Work instructions> Using the material below, copy every line where "others" appears.
--------------------------------
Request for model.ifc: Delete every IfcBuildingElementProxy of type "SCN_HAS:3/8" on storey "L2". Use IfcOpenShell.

First a look at what the model holds.

```python
import ifcopenshell
import ifcopenshell.util.element

model = ifcopenshell.open("model.ifc")
print(model.schema)
storey = next(s for s in model.by_type("IfcBuildingStorey") if s.Name == "L2")
proxies = [e for e in ifcopenshell.util.element.get_decomposition(storey) if e.is_a("IfcBuildingElementProxy")]
seen = {}
for e in proxies:
    element_type = ifcopenshell.util.element.get_type(e)
    name = element_type.Name if element_type not in (None, e) else None
    seen[name] = seen.get(name, 0) + 1
for name, count in sorted(seen.items(), key=str):
    print(count, "x", name)
```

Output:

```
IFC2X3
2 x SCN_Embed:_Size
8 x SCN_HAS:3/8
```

```python
import ifcopenshell
import ifcopenshell.api.root
import ifcopenshell.util.element

model = ifcopenshell.open("model.ifc")

storey = next(s for s in model.by_type("IfcBuildingStorey") if s.Name == "L2")
proxies = [e for e in ifcopenshell.util.element.get_decomposition(storey) if e.is_a("IfcBuildingElementProxy")]
targets = [e for e in proxies if (t := ifcopenshell.util.element.get_type(e)) not in (None, e) and t.Name == "SCN_HAS:3/8"]

for e in targets:
    ifcopenshell.api.root.remove_product(model, product=e)
print(len(targets), "removed")

model.write("model_v2.ifc")
```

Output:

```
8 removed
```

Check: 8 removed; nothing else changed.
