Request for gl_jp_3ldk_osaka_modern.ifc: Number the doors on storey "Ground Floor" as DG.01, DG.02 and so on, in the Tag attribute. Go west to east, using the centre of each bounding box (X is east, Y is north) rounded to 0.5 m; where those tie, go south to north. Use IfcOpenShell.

First a look at what the model holds.

```python
import ifcopenshell
import ifcopenshell.util.element
import ifcopenshell.util.placement

model = ifcopenshell.open("gl_jp_3ldk_osaka_modern.ifc")
print(model.schema)
storey = next(s for s in model.by_type("IfcBuildingStorey") if s.Name == "Ground Floor")
doors = [e for e in ifcopenshell.util.element.get_decomposition(storey) if e.is_a("IfcDoor")]
for e in sorted(doors, key=lambda e: e.id()):
    origin = ifcopenshell.util.placement.get_local_placement(e.ObjectPlacement)[:3, 3]
    print(e.id(), e.Tag, e.Name, origin.round(2) + 0.0, sep=" | ")
```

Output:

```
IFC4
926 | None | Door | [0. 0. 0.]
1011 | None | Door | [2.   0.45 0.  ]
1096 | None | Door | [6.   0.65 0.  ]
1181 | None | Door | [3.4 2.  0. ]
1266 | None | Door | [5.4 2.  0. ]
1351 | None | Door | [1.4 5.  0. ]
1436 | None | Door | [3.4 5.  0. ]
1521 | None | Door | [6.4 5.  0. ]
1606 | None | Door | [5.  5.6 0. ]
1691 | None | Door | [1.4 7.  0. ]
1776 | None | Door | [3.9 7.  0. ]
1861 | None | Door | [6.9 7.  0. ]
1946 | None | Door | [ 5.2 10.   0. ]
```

```python
import ifcopenshell
import ifcopenshell.geom
import ifcopenshell.util.element
import ifcopenshell.util.shape

model = ifcopenshell.open("gl_jp_3ldk_osaka_modern.ifc")
settings = ifcopenshell.geom.settings()
settings.set("use-world-coords", True)


def centre(element):
    shape = ifcopenshell.geom.create_shape(settings, element)
    return ifcopenshell.util.shape.get_bbox_centroid(shape.geometry)


storey = next(s for s in model.by_type("IfcBuildingStorey") if s.Name == "Ground Floor")
doors = [e for e in ifcopenshell.util.element.get_decomposition(storey) if e.is_a("IfcDoor")]

# Insertion points can sit at a corner or the storey origin, so sort by the geometry (in metres).
centres = {e: centre(e) for e in doors}
doors.sort(key=lambda e: (round(centres[e][0] / 0.5), centres[e][1]))

for i, e in enumerate(doors, start=1):
    number = f"DG.{i:02d}"
    e.Tag = number
    print(e.id(), number)

model.write("gl_jp_3ldk_osaka_modern-out.ifc")
```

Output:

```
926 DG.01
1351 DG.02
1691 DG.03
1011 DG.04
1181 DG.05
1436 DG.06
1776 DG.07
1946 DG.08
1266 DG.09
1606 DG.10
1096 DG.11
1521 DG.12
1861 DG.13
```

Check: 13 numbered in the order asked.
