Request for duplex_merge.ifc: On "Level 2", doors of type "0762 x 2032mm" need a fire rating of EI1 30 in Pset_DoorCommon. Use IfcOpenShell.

First a look at what the model holds.

```python
import ifcopenshell
import ifcopenshell.util.element

model = ifcopenshell.open("duplex_merge.ifc")
print(model.schema)
storey = next(s for s in model.by_type("IfcBuildingStorey") if s.Name == "Level 2")
doors = [e for e in ifcopenshell.util.element.get_decomposition(storey) if e.is_a("IfcDoor")]
seen = {}
for e in doors:
    element_type = ifcopenshell.util.element.get_type(e)
    key = (element_type.Name if element_type != e and element_type else None, ifcopenshell.util.element.get_pset(e, "Pset_DoorCommon", "FireRating"))
    seen[key] = seen.get(key, 0) + 1
for (name, value), count in sorted(seen.items(), key=str):
    print(count, "x", name, "|", value)
```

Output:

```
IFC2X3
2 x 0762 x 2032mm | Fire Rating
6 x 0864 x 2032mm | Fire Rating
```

```python
import ifcopenshell
import ifcopenshell.api.pset
import ifcopenshell.util.element

model = ifcopenshell.open("duplex_merge.ifc")

storey = next(s for s in model.by_type("IfcBuildingStorey") if s.Name == "Level 2")
doors = [e for e in ifcopenshell.util.element.get_decomposition(storey) if e.is_a("IfcDoor")]

count = 0
for e in doors:
    element_type = ifcopenshell.util.element.get_type(e)
    if element_type in (None, e) or element_type.Name != "0762 x 2032mm":
        continue
    # add_pset returns the element's existing set when there is one.
    pset = ifcopenshell.api.pset.add_pset(model, product=e, name="Pset_DoorCommon")
    ifcopenshell.api.pset.edit_pset(model, pset=pset, properties={"FireRating": "EI1 30"})
    count += 1

print(count, "doors updated")

model.write("duplex_merge-out.ifc")
```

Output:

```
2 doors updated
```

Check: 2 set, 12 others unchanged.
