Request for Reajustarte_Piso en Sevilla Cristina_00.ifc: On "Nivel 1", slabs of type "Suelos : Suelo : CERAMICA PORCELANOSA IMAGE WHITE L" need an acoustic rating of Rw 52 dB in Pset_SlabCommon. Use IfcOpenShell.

First a look at what the model holds.

```python
import ifcopenshell
import ifcopenshell.util.element

model = ifcopenshell.open("Reajustarte_Piso en Sevilla Cristina_00.ifc")
print(model.schema)
storey = next(s for s in model.by_type("IfcBuildingStorey") if s.Name == "Nivel 1")
slabs = [e for e in ifcopenshell.util.element.get_decomposition(storey) if e.is_a("IfcSlab")]
seen = {}
for e in slabs:
    element_type = ifcopenshell.util.element.get_type(e)
    key = (element_type.Name if element_type != e and element_type else None, ifcopenshell.util.element.get_pset(e, "Pset_SlabCommon", "AcousticRating"))
    seen[key] = seen.get(key, 0) + 1
for (name, value), count in sorted(seen.items(), key=str):
    print(count, "x", name, "|", value)
```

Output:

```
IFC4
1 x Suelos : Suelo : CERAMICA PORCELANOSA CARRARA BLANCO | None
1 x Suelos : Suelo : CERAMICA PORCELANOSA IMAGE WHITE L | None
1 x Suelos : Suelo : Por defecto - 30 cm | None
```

```python
import ifcopenshell
import ifcopenshell.api.pset
import ifcopenshell.util.element

model = ifcopenshell.open("Reajustarte_Piso en Sevilla Cristina_00.ifc")

storey = next(s for s in model.by_type("IfcBuildingStorey") if s.Name == "Nivel 1")
slabs = [e for e in ifcopenshell.util.element.get_decomposition(storey) if e.is_a("IfcSlab")]

count = 0
for e in slabs:
    element_type = ifcopenshell.util.element.get_type(e)
    if element_type in (None, e) or element_type.Name != "Suelos : Suelo : CERAMICA PORCELANOSA IMAGE WHITE L":
        continue
    # add_pset returns the element's existing set when there is one.
    pset = ifcopenshell.api.pset.add_pset(model, product=e, name="Pset_SlabCommon")
    ifcopenshell.api.pset.edit_pset(model, pset=pset, properties={"AcousticRating": "Rw 52 dB"})
    count += 1

print(count, "slabs updated")

model.write("Reajustarte_Piso en Sevilla Cristina_00_edited.ifc")
```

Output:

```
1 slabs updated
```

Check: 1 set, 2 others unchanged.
--------------------------------
Task output>
Check: 2 set, 12 others unchanged.
Check: 1 set, 2 others unchanged.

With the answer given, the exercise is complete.